This post is a follow up to a recent post in which I compared the ffmpeg video transcoding performance of a number of notebook-, workstation- and cloud server CPUs. Having done that, I’ve wondered a few days later what effect hyper-threading and dual channel RAM have on such a workload. The results are pretty interesting.
One of the notebooks I tested was an HP 17″ notebook with a recent 11th generation Intel i5-1135G7 processor. Despite being a rather cheap notebook (560 euros without operating system, including tax), it comes with the latest Intel CPU on the market today and dual channel RAM, i.e. two RAM slots, both equipped with 4 GB RAM modules. So by removing one module, it’s easy to check what kind of impact a Dual Channel RAM configuration has to such a workload. From a memory perspective, the workload should be rather light. The input file is around 200 MB, while the output file is around 150 MB. My baseline on this notebook is an execution time of 7 minutes 54 seconds and a speedup factor of 6,35 times (see my original article + my note at the bottom for details).

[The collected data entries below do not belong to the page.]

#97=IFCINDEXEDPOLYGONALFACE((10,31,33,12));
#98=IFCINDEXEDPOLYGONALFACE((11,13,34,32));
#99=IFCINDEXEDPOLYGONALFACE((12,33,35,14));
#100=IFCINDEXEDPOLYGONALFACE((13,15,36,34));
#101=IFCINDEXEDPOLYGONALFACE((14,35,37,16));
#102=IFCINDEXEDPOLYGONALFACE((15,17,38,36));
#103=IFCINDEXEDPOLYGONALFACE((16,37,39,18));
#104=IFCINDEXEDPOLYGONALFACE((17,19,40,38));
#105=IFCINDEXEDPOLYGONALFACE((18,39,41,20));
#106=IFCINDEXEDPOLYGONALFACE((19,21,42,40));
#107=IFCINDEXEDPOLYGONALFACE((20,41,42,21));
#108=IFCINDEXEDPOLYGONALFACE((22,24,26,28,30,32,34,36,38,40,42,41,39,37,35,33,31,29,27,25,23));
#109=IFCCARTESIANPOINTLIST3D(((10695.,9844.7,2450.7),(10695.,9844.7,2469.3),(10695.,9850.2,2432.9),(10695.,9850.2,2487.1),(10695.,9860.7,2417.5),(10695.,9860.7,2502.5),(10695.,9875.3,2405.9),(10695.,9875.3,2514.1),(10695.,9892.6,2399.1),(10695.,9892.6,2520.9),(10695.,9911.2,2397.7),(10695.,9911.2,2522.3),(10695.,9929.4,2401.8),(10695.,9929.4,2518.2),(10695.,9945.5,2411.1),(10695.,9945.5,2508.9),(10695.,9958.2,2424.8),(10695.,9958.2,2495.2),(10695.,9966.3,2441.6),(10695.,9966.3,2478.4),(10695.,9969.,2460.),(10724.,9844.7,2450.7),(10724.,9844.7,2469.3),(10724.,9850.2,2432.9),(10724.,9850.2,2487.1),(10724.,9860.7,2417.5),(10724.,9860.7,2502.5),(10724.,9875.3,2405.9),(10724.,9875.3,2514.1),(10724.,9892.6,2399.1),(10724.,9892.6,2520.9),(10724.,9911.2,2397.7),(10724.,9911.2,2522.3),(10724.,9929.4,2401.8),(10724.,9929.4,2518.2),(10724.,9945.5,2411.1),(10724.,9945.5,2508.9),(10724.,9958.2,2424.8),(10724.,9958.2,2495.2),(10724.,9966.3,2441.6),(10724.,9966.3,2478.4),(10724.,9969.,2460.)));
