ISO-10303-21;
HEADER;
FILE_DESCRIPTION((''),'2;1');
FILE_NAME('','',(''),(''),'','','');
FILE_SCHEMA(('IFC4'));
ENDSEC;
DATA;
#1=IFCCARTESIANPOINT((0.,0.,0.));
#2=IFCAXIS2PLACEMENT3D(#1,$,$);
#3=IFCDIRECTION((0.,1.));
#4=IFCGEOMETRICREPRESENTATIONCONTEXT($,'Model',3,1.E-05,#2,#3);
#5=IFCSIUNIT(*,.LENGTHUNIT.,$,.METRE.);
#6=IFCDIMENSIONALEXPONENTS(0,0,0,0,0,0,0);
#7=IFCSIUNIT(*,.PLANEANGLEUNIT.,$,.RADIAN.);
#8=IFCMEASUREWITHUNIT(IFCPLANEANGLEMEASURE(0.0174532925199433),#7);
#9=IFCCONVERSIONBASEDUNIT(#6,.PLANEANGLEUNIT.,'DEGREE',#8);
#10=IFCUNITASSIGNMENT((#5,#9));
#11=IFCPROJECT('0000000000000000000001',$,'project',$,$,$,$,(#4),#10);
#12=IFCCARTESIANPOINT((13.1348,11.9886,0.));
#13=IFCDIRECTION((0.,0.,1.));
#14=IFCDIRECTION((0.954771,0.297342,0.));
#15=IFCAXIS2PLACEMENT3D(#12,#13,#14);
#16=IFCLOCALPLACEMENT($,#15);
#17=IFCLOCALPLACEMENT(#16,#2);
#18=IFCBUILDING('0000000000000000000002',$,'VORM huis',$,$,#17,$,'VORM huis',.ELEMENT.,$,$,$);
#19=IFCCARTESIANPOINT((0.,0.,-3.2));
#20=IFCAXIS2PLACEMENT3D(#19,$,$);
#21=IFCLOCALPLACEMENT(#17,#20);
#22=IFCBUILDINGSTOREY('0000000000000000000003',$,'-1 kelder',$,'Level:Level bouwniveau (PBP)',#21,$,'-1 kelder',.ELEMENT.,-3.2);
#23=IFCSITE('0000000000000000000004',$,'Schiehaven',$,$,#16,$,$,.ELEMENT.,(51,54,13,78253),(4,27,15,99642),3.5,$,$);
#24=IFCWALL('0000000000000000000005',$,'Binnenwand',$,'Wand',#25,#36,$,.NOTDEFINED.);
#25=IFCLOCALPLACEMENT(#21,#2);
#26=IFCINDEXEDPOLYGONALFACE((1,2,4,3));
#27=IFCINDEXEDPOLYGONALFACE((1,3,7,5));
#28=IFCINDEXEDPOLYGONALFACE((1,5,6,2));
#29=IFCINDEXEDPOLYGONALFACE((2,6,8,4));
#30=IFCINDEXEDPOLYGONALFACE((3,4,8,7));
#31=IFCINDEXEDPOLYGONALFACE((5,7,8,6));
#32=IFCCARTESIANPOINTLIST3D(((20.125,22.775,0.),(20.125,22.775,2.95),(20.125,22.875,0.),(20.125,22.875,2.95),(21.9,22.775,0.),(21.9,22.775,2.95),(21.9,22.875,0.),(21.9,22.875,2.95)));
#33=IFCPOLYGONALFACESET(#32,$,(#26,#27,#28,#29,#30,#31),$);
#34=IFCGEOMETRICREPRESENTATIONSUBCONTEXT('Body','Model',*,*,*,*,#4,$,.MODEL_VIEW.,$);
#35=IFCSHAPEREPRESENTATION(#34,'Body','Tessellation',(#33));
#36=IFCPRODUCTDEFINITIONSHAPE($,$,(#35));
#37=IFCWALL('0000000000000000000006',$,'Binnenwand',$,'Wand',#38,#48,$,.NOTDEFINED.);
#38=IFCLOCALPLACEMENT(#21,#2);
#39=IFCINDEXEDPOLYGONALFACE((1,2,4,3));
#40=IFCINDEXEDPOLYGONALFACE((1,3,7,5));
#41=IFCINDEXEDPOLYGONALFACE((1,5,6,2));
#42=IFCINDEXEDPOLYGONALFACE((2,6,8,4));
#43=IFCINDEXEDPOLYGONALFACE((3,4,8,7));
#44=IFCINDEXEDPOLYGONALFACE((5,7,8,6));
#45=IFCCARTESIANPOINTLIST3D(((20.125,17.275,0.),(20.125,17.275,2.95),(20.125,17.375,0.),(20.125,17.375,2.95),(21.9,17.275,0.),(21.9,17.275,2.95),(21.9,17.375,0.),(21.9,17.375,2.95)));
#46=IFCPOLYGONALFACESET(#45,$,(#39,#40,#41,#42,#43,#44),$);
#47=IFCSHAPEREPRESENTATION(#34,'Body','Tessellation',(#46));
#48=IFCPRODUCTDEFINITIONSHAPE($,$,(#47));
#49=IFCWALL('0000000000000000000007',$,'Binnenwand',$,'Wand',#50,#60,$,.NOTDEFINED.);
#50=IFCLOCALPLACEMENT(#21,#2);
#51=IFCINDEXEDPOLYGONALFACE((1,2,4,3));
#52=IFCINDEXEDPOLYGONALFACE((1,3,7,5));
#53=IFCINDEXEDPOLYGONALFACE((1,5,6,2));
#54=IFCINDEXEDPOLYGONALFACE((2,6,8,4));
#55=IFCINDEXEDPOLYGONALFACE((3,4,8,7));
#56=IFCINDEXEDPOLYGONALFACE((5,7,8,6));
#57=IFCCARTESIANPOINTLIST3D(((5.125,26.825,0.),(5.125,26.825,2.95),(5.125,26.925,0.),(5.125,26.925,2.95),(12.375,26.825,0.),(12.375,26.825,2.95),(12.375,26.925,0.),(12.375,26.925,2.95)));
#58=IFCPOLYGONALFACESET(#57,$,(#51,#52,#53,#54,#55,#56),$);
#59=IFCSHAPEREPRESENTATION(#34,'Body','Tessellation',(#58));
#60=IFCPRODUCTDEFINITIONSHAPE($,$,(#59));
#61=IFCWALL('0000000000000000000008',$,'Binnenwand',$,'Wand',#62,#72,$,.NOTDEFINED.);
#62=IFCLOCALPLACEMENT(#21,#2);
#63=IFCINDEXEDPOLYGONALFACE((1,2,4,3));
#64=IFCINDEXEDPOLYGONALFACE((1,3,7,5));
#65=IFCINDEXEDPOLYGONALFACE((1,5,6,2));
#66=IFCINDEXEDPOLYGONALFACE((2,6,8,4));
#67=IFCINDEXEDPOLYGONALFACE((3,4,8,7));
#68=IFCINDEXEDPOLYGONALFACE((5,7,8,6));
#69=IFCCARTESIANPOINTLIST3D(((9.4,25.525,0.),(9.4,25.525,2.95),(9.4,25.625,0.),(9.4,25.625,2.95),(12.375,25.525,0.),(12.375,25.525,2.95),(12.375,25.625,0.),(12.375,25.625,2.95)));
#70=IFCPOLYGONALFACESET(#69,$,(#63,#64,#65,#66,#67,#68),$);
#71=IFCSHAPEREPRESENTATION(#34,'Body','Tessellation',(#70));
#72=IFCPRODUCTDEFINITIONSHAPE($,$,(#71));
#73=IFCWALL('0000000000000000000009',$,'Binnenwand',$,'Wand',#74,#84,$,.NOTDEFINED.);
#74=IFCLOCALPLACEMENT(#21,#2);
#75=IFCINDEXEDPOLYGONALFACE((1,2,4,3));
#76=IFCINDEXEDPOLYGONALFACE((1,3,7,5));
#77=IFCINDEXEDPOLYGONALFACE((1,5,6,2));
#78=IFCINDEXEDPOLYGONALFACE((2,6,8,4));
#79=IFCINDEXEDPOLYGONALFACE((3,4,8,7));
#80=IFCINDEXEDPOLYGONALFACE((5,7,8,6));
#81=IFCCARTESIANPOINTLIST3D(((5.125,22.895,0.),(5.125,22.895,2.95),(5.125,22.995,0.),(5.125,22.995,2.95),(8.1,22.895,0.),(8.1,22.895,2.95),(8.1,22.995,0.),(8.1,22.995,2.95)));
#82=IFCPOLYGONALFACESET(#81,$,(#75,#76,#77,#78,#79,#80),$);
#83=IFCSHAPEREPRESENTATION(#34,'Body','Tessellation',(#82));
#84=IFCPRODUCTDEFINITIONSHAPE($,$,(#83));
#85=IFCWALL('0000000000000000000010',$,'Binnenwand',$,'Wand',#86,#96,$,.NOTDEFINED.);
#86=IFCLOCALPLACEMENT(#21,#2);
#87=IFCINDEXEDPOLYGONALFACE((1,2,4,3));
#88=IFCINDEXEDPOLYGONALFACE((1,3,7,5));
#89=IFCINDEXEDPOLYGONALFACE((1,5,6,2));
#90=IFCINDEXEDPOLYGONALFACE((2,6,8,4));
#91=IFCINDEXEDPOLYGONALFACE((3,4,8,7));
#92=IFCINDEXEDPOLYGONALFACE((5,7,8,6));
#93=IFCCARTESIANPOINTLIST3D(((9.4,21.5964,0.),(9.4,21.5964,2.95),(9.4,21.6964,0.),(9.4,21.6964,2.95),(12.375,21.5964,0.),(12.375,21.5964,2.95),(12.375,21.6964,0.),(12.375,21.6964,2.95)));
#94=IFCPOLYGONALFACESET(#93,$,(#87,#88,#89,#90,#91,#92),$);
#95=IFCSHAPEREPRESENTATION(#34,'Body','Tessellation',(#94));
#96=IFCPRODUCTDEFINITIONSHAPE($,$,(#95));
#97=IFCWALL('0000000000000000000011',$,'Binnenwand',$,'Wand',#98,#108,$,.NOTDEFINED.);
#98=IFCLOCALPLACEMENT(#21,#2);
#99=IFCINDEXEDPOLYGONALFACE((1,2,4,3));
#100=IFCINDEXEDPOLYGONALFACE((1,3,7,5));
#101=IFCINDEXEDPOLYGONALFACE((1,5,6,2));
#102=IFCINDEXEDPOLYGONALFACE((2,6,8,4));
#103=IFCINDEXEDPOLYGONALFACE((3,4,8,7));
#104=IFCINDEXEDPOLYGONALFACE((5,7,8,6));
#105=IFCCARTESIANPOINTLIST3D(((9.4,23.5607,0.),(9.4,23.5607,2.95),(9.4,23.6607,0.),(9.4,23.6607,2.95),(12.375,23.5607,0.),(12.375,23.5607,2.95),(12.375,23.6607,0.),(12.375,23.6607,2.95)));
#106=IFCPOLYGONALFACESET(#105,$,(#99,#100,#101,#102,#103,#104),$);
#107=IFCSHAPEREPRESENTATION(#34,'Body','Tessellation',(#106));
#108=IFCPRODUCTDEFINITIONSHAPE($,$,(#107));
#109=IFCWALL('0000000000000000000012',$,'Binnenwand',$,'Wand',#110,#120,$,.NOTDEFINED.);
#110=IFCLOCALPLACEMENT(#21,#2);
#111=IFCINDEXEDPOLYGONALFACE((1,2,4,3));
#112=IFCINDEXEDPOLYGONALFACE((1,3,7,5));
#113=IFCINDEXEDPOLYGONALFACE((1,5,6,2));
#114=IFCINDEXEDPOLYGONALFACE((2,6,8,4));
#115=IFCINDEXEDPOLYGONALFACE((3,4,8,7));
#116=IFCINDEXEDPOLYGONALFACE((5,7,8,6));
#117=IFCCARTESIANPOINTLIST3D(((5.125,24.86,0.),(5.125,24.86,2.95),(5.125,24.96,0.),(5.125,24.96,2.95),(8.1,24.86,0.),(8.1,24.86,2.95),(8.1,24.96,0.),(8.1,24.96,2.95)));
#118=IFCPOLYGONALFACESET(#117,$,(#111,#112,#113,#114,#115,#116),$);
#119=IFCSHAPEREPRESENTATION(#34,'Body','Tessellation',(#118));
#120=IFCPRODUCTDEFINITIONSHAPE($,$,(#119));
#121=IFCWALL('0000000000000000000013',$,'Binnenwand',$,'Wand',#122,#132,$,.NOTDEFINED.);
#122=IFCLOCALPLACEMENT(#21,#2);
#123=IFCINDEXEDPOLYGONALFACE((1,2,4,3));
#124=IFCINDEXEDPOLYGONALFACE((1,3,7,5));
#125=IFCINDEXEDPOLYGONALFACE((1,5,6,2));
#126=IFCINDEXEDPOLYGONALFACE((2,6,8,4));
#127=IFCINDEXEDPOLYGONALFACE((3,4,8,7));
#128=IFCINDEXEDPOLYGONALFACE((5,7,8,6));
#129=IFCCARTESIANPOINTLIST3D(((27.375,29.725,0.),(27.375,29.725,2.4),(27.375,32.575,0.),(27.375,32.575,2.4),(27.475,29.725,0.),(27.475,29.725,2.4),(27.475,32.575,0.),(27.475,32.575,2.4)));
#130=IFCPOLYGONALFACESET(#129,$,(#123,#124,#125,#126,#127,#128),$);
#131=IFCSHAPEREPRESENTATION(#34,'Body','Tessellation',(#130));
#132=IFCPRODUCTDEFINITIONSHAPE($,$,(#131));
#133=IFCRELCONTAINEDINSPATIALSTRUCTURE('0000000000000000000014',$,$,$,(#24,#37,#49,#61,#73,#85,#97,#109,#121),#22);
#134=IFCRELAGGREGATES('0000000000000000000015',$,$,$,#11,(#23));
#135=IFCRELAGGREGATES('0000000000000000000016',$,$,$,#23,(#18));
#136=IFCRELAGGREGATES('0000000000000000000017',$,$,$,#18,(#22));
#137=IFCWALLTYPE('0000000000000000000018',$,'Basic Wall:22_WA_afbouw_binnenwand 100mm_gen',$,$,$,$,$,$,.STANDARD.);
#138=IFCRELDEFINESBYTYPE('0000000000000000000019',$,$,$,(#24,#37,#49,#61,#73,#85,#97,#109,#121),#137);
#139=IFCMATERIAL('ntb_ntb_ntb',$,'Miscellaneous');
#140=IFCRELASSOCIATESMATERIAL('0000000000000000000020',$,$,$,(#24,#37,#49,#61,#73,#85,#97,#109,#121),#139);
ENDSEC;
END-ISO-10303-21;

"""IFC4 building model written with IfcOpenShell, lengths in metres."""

from ifc_helpers import new_model, entity, si_unit, converted_unit, direction, frame, origin, place, context, subcontext, project, spatial, indexed_curve, outline, extrude, material, type_object, element, save


model = new_model("IFC4")

# Units and contexts
model_context = context("Model", 3, precision=1e-05, world=origin(), true_north=direction((0.0, 1.0)))
body_context = subcontext(model_context, "Body", "Model", "MODEL_VIEW")
ifc_project = project(units=[si_unit("LENGTHUNIT", "METRE"), converted_unit("PLANEANGLEUNIT", "DEGREE", entity("IfcPlaneAngleMeasure", 0.0174532925199433), si_unit("PLANEANGLEUNIT", "RADIAN"), dimensions=[0, 0, 0, 0, 0, 0, 0])], contexts=[model_context])

# Site, building, storey
site_placement = place(None, frame((13.1348, 11.9886, 0.0), z_axis=(0.0, 0.0, 1.0), x_axis=(0.954771, 0.297342, 0.0)))
site = spatial("IfcSite", under=ifc_project, at=site_placement, Name="Schiehaven", CompositionType="ELEMENT", RefLatitude=(51, 54, 13, 78253), RefLongitude=(4, 27, 15, 99642), RefElevation=3.5)
building_placement = place(site_placement, origin())
building = spatial("IfcBuilding", under=site, at=building_placement, Name="VORM huis", LongName="VORM huis", CompositionType="ELEMENT")
storey_placement = place(building_placement, frame((0.0, 0.0, -3.2)))
storey = spatial("IfcBuildingStorey", under=building, at=storey_placement, Name="-1 kelder", ObjectType="Level:Level bouwniveau (PBP)", LongName="-1 kelder", CompositionType="ELEMENT", Elevation=-3.2)

# Walls
ifc_material_1 = material(Name="ntb_ntb_ntb", Category="Miscellaneous")
wall_type_1 = type_object("IfcWallType", Name="Basic Wall:22_WA_afbouw_binnenwand 100mm_gen", PredefinedType="STANDARD")
wall_1_placement = place(storey_placement, frame((21.9, 22.825, 0.0), z_axis=(0.0, 0.0, 1.0), x_axis=(-1.0, 0.0, 0.0)))
element("IfcWall", 1, at=wall_1_placement, inside=storey, type_object=wall_type_1, material=ifc_material_1, Name="Binnenwand", ObjectType="Wand", PredefinedType="NOTDEFINED", context=body_context, shape_type="SweptSolid", body=[
    extrude(outline(indexed_curve([(1.775, 0.05), (0.0, 0.05), (0.0, -0.05), (1.775, -0.05), (1.775, 0.05)], self_intersect=False)), origin(), (0.0, 0.0, 1.0), 2.95),
])
wall_2_placement = place(storey_placement, frame((21.9, 17.325, 0.0), z_axis=(0.0, 0.0, 1.0), x_axis=(-1.0, 0.0, 0.0)))
element("IfcWall", 2, at=wall_2_placement, inside=storey, type_object=wall_type_1, material=ifc_material_1, Name="Binnenwand", ObjectType="Wand", PredefinedType="NOTDEFINED", context=body_context, shape_type="SweptSolid", body=[
    extrude(outline(indexed_curve([(1.775, 0.05), (0.0, 0.05), (0.0, -0.05), (1.775, -0.05), (1.775, 0.05)], self_intersect=False)), origin(), (0.0, 0.0, 1.0), 2.95),
])
wall_3_placement = place(storey_placement, frame((5.125, 26.875, 0.0)))
element("IfcWall", 3, at=wall_3_placement, inside=storey, type_object=wall_type_1, material=ifc_material_1, Name="Binnenwand", ObjectType="Wand", PredefinedType="NOTDEFINED", context=body_context, shape_type="SweptSolid", body=[
    extrude(outline(indexed_curve([(7.25, 0.05), (0.0, 0.05), (0.0, -0.05), (7.25, -0.05), (7.25, 0.05)], self_intersect=False)), origin(), (0.0, 0.0, 1.0), 2.95),
])
wall_4_placement = place(storey_placement, frame((9.4, 25.575, 0.0)))
element("IfcWall", 4, at=wall_4_placement, inside=storey, type_object=wall_type_1, material=ifc_material_1, Name="Binnenwand", ObjectType="Wand", PredefinedType="NOTDEFINED", context=body_context, shape_type="SweptSolid", body=[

Single Channel vs. Dual Channel RAM
When running the test again with a single memory bank, ffmpeg took 9 minutes and nine seconds to transcode the video. That’s a speedup of 5,95x and hence 20% slower compared to both RAM modules in the notebook. Quite a difference!
Hyper-threading
Hyper-threading can be switch-off in the BIOS and after a reboot, only 4 instead of 8 CPUs are visible to the operating system. With the default dual channel RAM in the notebook, ffmpeg took 8 minutes and 2 seconds to complete and a speedup of 5,22x. That’s only 6% slower than with hyper-threading being turned on. In other words, for this kind of compute job, it doesn’t do very much.
Summary:
I’m not sure what I kind of result I expected in the single vs. dual channel RAM comparison, but it’s good to see there is a significant difference. When I buy notebooks in the future for myself, I will make sure that I won’t settle for a single channel option. As far as hyper-threading is concerned, I would have expected a more sizable gain. Perhaps there is for other kinds of workloads.
Note: For unknown reasons the speedup on my HP notebook was 6,05 when measured a few weeks ago. This time around I got a speedup of 6,35 doing exactly the same test. The only difference is that back then I was using an external SSD connected over USB, while this time around I used an internal M.2 attached NVMe SSD. Also, I tried different kernel versions on Ubuntu 20.04 (the stock 5.11 and the latest mainline 5.15) and got exactly the same speedup.